La prorogation du mandat du président centrafricain : une insulte à la volonté du peuple souverain

 

Contrairement à l’initiative du Forum démocratique pour la modernité (FODEM, opposition) qui propose un schéma constitutionnel et donc légal pour « corriger » l’insuffisance de notre loi fondamentale en matière de difficultés à organiser les élections, la représentation nationale de Centrafrique a fait le choix, le 10 mai dernier, d’autoriser la prorogation du mandat du Président de la République (François Bozizé) et des Députés eux-mêmes et ce, en totale contradiction avec la Constitution.

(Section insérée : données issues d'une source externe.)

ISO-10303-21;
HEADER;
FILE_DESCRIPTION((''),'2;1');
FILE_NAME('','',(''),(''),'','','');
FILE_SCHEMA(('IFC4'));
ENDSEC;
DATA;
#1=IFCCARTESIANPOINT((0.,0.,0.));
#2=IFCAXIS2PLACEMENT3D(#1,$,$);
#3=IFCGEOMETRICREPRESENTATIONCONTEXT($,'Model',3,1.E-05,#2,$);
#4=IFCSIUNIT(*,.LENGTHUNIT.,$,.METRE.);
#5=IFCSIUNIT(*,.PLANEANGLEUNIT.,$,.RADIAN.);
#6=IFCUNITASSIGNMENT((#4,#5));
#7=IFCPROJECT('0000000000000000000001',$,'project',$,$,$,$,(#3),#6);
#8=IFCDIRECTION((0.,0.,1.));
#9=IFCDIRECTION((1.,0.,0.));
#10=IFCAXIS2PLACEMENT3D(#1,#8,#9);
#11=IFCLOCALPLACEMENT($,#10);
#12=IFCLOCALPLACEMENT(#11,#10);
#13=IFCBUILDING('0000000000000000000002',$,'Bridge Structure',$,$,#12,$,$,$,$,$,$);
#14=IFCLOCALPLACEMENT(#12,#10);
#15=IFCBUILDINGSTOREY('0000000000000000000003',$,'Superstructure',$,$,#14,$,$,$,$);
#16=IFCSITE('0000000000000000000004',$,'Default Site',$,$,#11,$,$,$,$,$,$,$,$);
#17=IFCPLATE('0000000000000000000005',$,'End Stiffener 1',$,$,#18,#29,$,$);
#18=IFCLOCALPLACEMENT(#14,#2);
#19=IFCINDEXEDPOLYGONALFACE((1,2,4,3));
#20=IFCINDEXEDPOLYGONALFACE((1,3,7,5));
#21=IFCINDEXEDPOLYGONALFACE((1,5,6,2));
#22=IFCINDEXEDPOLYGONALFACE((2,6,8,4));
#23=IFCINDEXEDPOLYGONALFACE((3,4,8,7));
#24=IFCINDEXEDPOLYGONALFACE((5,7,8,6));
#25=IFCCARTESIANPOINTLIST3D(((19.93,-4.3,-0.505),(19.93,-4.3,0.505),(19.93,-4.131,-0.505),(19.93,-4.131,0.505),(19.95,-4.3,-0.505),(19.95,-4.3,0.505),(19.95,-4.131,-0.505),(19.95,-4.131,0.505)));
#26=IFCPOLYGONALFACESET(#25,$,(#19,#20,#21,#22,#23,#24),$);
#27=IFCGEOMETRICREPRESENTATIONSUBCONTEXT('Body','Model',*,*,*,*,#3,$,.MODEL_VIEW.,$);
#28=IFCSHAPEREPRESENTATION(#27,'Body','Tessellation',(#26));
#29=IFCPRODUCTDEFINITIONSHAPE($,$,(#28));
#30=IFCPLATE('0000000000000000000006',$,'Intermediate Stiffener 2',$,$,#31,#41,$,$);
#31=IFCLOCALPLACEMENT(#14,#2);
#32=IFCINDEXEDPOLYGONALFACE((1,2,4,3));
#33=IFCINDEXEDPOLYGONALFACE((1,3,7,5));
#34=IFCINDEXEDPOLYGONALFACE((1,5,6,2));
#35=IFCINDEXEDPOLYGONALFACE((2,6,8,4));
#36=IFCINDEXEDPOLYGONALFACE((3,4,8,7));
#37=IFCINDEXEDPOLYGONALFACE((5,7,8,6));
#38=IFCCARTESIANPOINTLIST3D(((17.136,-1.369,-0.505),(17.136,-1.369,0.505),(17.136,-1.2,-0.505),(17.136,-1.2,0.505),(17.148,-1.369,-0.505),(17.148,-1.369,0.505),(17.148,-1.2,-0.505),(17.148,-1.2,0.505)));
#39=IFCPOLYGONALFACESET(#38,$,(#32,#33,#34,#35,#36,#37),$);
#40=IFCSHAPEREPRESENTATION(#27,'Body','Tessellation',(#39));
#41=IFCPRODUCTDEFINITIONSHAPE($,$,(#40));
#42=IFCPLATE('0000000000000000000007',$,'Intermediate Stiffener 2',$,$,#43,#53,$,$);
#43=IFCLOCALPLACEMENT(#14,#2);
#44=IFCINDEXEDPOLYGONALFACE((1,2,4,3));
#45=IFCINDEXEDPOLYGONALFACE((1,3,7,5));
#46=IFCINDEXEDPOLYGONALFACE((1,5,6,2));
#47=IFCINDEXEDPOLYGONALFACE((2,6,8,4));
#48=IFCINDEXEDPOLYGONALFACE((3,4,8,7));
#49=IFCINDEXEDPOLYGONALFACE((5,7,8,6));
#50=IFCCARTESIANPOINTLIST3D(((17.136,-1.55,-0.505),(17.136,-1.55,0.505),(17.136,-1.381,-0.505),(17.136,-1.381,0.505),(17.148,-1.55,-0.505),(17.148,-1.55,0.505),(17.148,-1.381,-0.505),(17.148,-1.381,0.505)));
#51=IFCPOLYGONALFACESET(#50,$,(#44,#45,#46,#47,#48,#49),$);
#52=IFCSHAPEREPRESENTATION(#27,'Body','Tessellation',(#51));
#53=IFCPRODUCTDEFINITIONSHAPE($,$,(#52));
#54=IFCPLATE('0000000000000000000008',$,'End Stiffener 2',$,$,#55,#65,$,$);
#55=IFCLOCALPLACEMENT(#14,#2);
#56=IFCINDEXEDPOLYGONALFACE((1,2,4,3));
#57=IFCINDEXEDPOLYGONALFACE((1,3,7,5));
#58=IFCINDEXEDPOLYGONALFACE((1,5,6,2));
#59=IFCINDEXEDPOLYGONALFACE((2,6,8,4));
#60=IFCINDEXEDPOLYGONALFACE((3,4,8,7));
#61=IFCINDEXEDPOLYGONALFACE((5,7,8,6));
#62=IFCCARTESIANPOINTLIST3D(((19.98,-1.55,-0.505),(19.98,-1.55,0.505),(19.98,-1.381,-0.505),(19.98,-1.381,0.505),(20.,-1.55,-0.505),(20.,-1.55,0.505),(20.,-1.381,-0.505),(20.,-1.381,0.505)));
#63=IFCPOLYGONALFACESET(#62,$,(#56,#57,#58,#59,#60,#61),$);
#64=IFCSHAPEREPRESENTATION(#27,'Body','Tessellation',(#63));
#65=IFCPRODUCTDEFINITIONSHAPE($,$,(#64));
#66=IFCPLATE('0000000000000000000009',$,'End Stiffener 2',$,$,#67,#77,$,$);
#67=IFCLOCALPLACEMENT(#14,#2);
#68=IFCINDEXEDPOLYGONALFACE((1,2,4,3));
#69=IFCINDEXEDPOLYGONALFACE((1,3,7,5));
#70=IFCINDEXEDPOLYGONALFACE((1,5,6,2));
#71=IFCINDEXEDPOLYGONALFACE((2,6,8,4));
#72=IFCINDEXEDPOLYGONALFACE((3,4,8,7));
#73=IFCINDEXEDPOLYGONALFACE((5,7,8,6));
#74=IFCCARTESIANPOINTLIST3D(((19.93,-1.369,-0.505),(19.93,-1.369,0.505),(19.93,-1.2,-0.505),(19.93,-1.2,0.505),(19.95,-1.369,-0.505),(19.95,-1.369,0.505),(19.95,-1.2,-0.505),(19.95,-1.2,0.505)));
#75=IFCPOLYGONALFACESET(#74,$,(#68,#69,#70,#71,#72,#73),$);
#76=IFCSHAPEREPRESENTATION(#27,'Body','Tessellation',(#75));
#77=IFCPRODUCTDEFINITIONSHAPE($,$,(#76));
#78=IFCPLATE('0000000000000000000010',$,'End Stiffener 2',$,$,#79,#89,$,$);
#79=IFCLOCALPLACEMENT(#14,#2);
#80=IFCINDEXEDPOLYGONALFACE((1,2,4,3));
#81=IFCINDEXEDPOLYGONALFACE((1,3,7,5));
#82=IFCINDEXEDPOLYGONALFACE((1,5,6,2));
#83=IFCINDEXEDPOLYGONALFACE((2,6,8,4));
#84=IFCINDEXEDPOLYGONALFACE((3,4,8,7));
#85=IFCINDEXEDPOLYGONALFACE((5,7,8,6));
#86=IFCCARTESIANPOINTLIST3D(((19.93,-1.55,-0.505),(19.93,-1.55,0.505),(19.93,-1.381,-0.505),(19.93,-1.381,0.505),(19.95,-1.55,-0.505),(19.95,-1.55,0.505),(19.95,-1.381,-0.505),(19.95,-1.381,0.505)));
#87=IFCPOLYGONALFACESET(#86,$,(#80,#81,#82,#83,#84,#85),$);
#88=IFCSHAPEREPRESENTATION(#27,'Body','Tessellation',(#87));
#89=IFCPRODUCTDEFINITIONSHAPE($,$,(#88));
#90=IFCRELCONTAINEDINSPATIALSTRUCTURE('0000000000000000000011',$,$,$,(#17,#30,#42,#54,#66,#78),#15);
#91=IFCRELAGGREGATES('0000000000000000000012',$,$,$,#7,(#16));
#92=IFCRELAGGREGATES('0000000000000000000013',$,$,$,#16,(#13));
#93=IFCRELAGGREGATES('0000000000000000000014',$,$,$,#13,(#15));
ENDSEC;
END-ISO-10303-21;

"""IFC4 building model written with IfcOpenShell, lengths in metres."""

from ifc_helpers import new_model, si_unit, frame, origin, origin_with_axes, origin_2d_with_axis, place, context, subcontext, project, spatial, rectangle, extrude, element, save


model = new_model("IFC4")

# Units and contexts
model_context = context("Model", 3, precision=1e-05, world=origin())
body_context = subcontext(model_context, "Body", "Model", "MODEL_VIEW")
ifc_project = project(units=[si_unit("LENGTHUNIT", "METRE"), si_unit("PLANEANGLEUNIT", "RADIAN")], contexts=[model_context])

# Site, building, storey
site_placement = place(None, origin_with_axes())
site = spatial("IfcSite", under=ifc_project, at=site_placement, Name="Default Site")
building_placement = place(site_placement, origin_with_axes())
building = spatial("IfcBuilding", under=site, at=building_placement, Name="Bridge Structure")
storey_placement = place(building_placement, origin_with_axes())
storey = spatial("IfcBuildingStorey", under=building, at=storey_placement, Name="Superstructure")

# Plates
for number, where, z_axis, x_axis, name in (
    (1, (19.94, -4.2155, -0.505), (0.0, 0.0, 1.0), (1.0, 0.0, 0.0), "End Stiffener 1"),
):
    element("IfcPlate", number, at=place(storey_placement, frame(where, z_axis=z_axis, x_axis=x_axis)), inside=storey, Name=name, context=body_context, shape_type="SweptSolid", body=[
        extrude(rectangle(XDim=0.02, YDim=0.169, at=origin_2d_with_axis()), origin_with_axes(), (0.0, 0.0, 1.0), 1.01),
    ])
for number, where, z_axis, x_axis, name in (
    (2, (17.142, -1.2845, -0.505), (0.0, 0.0, 1.0), (1.0, 0.0, 0.0), "Intermediate Stiffener 2"),
    (3, (17.142, -1.4655, -0.505), (0.0, 0.0, 1.0), (1.0, 0.0, 0.0), "Intermediate Stiffener 2"),
):
    element("IfcPlate", number, at=place(storey_placement, frame(where, z_axis=z_axis, x_axis=x_axis)), inside=storey, Name=name, context=body_context, shape_type="SweptSolid", body=[
        extrude(rectangle(XDim=0.012, YDim=0.169, at=origin_2d_with_axis()), origin_with_axes(), (0.0, 0.0, 1.0), 1.01),
    ])
for number, where, z_axis, x_axis, name in (
    (4, (19.99, -1.4655, -0.505), (0.0, 0.0, 1.0), (1.0, 0.0, 0.0), "End Stiffener 2"),
    (5, (19.94, -1.2845, -0.505), (0.0, 0.0, 1.0), (1.0, 0.0, 0.0), "End Stiffener 2"),
    (6, (19.94, -1.4655, -0.505), (0.0, 0.0, 1.0), (1.0, 0.0, 0.0), "End Stiffener 2"),
):
    element("IfcPlate", number, at=place(storey_placement, frame(where, z_axis=z_axis, x_axis=x_axis)), inside=storey, Name=name, context=body_context, shape_type="SweptSolid", body=[
        extrude(rectangle(XDim=0.02, YDim=0.169, at=origin_2d_with_axis()), origin_with_axes(), (0.0, 0.0, 1.0), 1.01),
    ])

save(model, "model.ifc")
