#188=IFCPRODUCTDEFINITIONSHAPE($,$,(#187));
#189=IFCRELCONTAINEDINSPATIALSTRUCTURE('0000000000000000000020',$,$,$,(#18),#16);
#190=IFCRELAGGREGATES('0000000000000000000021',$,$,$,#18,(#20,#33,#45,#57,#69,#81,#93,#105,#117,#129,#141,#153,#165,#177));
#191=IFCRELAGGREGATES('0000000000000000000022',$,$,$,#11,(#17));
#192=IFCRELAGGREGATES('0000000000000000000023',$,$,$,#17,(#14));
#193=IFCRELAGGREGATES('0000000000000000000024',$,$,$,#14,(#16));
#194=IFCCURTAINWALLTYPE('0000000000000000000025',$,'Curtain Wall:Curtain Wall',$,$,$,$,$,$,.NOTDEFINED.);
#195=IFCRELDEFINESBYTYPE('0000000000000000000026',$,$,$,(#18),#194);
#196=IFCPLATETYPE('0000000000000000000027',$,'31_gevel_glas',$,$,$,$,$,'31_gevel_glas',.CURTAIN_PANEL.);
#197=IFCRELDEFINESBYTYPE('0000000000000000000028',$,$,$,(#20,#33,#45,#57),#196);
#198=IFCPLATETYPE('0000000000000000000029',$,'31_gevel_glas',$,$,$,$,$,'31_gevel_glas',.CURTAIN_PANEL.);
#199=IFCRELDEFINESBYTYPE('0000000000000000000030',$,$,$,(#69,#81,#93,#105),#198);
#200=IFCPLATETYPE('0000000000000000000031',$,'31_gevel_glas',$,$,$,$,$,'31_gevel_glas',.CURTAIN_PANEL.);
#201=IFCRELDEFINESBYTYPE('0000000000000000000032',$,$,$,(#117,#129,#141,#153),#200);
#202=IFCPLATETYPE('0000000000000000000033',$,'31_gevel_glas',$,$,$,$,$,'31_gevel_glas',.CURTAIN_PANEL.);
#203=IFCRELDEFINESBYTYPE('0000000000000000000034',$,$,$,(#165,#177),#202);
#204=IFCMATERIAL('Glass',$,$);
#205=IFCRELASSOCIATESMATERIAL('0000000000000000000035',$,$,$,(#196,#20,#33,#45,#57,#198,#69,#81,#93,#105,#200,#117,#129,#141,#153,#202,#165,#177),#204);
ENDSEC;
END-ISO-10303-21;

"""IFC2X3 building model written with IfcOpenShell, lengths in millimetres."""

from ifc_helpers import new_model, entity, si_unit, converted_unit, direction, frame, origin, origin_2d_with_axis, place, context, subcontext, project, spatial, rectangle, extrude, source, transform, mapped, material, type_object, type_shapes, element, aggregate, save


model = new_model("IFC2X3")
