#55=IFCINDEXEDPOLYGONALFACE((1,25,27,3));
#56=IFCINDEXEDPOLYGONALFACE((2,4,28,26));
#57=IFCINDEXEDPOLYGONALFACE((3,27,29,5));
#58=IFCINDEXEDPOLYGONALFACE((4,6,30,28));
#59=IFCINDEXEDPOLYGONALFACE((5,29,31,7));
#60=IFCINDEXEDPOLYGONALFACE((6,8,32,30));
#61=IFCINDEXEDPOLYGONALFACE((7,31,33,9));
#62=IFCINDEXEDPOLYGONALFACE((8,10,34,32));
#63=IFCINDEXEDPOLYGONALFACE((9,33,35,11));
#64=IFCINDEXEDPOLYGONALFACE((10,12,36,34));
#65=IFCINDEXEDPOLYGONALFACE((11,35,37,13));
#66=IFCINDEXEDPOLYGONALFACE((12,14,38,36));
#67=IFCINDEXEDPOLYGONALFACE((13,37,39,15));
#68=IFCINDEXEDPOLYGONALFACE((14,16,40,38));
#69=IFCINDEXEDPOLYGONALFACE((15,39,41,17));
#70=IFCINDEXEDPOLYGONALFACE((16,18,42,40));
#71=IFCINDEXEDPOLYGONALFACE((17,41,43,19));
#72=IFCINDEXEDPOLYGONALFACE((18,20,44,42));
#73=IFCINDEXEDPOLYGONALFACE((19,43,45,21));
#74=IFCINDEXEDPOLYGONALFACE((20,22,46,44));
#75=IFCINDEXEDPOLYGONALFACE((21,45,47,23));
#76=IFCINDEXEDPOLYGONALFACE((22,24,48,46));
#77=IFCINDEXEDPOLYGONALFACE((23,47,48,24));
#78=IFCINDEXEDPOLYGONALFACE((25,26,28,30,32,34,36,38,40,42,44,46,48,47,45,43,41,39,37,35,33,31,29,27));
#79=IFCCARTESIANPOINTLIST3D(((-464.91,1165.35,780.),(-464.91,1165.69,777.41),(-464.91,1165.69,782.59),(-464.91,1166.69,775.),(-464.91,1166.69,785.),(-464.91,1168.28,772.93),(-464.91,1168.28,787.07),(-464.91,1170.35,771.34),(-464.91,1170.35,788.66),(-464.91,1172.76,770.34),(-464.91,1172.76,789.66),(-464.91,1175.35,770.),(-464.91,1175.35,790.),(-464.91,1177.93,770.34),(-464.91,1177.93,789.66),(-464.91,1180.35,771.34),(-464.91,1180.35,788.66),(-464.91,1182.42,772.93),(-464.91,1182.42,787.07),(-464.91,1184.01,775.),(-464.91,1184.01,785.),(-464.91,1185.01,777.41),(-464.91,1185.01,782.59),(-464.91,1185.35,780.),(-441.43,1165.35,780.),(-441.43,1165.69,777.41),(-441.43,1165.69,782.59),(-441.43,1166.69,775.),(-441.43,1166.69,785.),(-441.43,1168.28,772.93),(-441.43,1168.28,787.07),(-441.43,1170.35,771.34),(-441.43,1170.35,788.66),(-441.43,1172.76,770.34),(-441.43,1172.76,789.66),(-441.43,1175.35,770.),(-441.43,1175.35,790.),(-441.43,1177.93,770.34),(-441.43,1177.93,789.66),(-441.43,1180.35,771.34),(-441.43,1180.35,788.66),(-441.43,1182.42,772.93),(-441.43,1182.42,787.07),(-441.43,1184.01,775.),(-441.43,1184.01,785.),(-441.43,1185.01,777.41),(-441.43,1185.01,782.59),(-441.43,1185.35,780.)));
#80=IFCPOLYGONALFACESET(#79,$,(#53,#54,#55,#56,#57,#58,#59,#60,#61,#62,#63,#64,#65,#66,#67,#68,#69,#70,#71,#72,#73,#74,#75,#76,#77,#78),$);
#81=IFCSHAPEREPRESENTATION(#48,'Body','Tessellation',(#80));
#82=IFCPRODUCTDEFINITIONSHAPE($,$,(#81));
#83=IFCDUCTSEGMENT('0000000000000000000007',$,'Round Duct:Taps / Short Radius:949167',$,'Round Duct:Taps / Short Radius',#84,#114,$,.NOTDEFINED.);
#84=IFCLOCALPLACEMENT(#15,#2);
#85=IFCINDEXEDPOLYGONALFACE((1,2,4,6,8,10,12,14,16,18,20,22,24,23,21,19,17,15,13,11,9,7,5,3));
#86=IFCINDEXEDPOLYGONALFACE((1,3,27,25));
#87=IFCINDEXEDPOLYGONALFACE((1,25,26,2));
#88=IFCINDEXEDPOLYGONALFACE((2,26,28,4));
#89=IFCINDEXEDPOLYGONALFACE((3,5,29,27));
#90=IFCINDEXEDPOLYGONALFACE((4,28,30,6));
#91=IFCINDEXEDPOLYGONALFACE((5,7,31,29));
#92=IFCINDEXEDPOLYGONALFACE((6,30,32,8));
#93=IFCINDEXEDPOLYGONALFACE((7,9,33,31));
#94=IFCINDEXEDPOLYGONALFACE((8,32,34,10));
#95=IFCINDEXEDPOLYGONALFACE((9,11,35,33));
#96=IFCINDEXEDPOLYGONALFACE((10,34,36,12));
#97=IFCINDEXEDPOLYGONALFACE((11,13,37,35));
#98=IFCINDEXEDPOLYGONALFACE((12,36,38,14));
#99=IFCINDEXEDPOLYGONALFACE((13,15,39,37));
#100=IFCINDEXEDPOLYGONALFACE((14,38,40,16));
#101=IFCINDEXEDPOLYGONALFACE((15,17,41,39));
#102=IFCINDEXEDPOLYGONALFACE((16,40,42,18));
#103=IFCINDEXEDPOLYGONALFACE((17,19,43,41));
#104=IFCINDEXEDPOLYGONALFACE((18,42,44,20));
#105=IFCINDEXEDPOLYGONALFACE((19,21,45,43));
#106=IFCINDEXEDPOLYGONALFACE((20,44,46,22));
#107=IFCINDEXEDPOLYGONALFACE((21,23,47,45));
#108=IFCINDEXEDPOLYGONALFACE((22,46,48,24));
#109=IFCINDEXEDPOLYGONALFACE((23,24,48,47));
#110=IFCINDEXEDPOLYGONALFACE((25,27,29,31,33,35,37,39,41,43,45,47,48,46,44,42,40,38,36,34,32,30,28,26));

Le FODEM a mis en garde récemment contre la tentation d’un consensus politique qui insulterait la volonté du Peuple souverain.

Aux termes de l’article 108 de la constitution, le nombre et la durée des mandats présidentiels ne peuvent faire l’objet d’aucune révision. Il se trouve que le mandat du Président de la République se trouvera de fait prorogé grâce au projet décidé par l’Assemblée nationale. Ce qui est formellement interdit par notre constitution. Les raisons évoquées ne tiennent pas un instant devant une analyse sérieuse, puisque les motifs imprévisibles et irrésistibles évoquées relèvent de la pure irresponsabilité et amateurisme de ceux qui sont sensés être les gardiens de nos institutions et de notre Constitution.

Le FODEM a déjà indiqué que les vraies raisons du non respect du calendrier électoral résident en fait dans le non respect du code électoral, lequel oblige à la révision annuelle des listes électorales. S’ajoutent à cela, l’insécurité et la non application du programme Démobilisation Désarmement Réinsertion (DDR).
Devant la difficulté, il est toujours recommandé de dialoguer pour pouvoir dégager un consensus dans l’intérêt supérieur de la Nation toute entière.

Des intérêts particuliers privilégiés au détriment du respect de la Constitution

Fallait-il un consensus bridé et tronqué, comme c’est le cas, ou profiter de la carence de notre loi fondamentale pour la rendre aussi complète que possible afin d’éviter de recourir aux accords politiques qui ont depuis toujours connu des difficultés dans leurs applications ?

La position et la proposition du FODEM avaient le sérieux et indiscutable avantage d’obliger désormais à agir dans le cadre de la loi, en conformité avec la Constitution.
Il eut fallu introduire dans notre constitution l’obligation de confier la gestion du Pays à un collège d’hommes et de femmes aux qualités et intégrité qui les placent au dessus de toute appartenance nuisible et ayant un sens élevé de l’intérêt général.
La position du Président de la République pouvait toujours faire l’objet d’un consensus, puisque la vacance de la Présidence n’est prévue dans notre constitution qu’en cas de décès, de maladie, d’empêchement ou de démission.

Au lieu de répondre et de faire des propositions qui consolident notre Constitution, les Députés, d’ailleurs presque tous de la majorité ont préféré aller dans le sens des intérêts qui ne sont pas compliqués à comprendre. Comme il est souvent difficile d’être juge et partie !

Le FODEM réitère sa proposition et demande au Président de la République de faire des propositions courageuses, en tenant compte bien sûr de la position de l’assemblée nationale.
Après tout, c’est bien à lui que revient la charge de bien veiller au respect de notre loi fondamentale.